Author contributions: conceptualization (A B R, T M L, K M J), methodology for the human study (J L B, A B R, S A L), instrumental analysis (J L B, C N B), data analysis (J L B, C N B, K M J), and writing the original draft (J L B with contributions from C N B). All authors reviewed, edited, and approved the final manuscript.

This work was funded directly by the NIST Forensic Science Research Program and indirectly by funding from the National Institutes of Health, National Institute on Drug Abuse (NIH/NIDA R01DA049800, PI: Brooks-Russell). The funders had no role in study design, data collection, analysis, decision to publish, or manuscript preparation. The opinions, findings, conclusions, or recommendations expressed in this publication are those of the authors and do not necessarily reflect those of NIST, NIH/NIDA, the Department of Commerce, or the Department of Health and Human Services. Certain commercial equipment, instruments, or materials are identified in this paper in order to specify the experimental procedure adequately. Such identification is not intended to imply recommendation or endorsement by NIST, nor is it intended to suggest that the materials or equipment identified are necessarily the best available for the purpose.

All data that support the findings of this study are included within the article (and any supplementary files).

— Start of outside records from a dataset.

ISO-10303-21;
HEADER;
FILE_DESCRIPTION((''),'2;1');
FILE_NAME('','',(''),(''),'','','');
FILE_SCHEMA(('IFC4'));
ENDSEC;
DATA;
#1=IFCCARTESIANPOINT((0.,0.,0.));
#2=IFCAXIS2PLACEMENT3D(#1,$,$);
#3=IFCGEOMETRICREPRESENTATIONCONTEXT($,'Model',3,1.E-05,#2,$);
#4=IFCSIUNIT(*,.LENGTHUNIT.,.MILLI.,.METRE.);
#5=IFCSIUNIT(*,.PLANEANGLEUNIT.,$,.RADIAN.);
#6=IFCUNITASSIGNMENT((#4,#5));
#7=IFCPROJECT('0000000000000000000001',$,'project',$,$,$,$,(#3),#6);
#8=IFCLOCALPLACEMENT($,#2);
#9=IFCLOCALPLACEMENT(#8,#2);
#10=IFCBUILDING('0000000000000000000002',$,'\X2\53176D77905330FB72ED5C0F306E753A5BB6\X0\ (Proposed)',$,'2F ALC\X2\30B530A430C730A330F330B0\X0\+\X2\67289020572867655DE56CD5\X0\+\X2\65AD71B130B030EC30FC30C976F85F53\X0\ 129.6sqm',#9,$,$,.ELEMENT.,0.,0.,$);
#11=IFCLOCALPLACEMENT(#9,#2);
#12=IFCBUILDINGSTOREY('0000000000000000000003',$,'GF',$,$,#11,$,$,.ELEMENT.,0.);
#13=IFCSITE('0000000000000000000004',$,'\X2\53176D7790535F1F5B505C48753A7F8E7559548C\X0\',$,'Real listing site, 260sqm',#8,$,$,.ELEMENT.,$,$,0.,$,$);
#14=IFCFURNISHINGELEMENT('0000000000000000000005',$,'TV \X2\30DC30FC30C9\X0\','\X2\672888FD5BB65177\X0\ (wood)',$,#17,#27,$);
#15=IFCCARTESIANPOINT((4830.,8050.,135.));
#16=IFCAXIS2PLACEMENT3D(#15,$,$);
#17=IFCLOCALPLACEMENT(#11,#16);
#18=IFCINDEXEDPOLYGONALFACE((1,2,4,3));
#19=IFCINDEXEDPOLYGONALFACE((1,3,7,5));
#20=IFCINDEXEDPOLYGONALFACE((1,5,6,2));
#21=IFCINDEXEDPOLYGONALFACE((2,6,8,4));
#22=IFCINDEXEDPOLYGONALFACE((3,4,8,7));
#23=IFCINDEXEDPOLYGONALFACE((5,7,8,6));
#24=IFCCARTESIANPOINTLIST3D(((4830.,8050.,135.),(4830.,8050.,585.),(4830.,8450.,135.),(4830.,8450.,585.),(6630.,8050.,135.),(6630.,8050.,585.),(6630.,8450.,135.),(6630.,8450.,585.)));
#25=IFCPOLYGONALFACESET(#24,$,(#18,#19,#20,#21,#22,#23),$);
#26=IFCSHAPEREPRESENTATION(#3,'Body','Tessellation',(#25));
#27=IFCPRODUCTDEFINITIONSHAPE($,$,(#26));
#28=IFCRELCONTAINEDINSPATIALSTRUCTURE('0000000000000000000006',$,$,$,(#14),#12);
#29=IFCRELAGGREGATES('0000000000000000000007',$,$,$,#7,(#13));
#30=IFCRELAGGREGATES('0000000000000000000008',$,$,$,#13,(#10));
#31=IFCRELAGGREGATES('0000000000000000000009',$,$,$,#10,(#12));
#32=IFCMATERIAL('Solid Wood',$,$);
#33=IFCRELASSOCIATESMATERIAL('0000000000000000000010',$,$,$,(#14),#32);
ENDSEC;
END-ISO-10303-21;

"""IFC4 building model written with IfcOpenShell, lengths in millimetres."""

from ifc_helpers import new_model, si_unit, frame, frame_2d, origin, place, context, project, spatial, rectangle, extrude, material, element, save


model = new_model("IFC4")

# Units and contexts
model_context = context("Model", 3, precision=1e-05, world=origin())
ifc_project = project(units=[si_unit("LENGTHUNIT", "METRE", prefix="MILLI"), si_unit("PLANEANGLEUNIT", "RADIAN")], contexts=[model_context])

# Site, building, storey
site_placement = place(None, origin())
site = spatial("IfcSite", under=ifc_project, at=site_placement, Name="北海道弟子屈町美留和", ObjectType="Real listing site, 260sqm", CompositionType="ELEMENT", RefElevation=0.0)
building_placement = place(site_placement, origin())
building = spatial("IfcBuilding", under=site, at=building_placement, Name="北海道・狭小の町家 (Proposed)", ObjectType="2F ALCサイディング+木造在来工法+断熱グレード相当 129.6sqm", CompositionType="ELEMENT", ElevationOfRefHeight=0.0, ElevationOfTerrain=0.0)
storey_placement = place(building_placement, origin())
storey = spatial("IfcBuildingStorey", under=building, at=storey_placement, Name="GF", CompositionType="ELEMENT", Elevation=0.0)

# Shared definitions
ifc_material_1 = material(Name="Solid Wood")

# Furnishing element
furnishing_placement = place(storey_placement, frame((4830.0, 8050.0, 135.0)))
element("IfcFurnishingElement", 1, at=furnishing_placement, inside=storey, material=ifc_material_1, Name="TV ボード", Description="木製家具 (wood)", context=model_context, shape_type="SweptSolid", body=[
    extrude(rectangle(XDim=1800.0, YDim=400.0, at=frame_2d((900.0, 200.0))), frame((4830.0, 8050.0, 135.0)), (0.0, 0.0, 1.0), 450.0),
])

save(model, "model.ifc")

Breath samples were collected within Phase 3 of a study of cannabis impairment and driving performance among occasional and daily users of cannabis: Novel Approaches to Observationally Assessing Cannabis-Impaired Driving, approved by the Colorado Multiple Institutional Review Board (COMIRB 20-0949). Breath sampling procedures were also reviewed by NIST's Research Protections Office (MML-2022-0396). The research was conducted in accordance with the principles embodied in the Declaration of Helsinki and in accordance with local statutory requirements. All participants provided written informed consent that included consent to publish.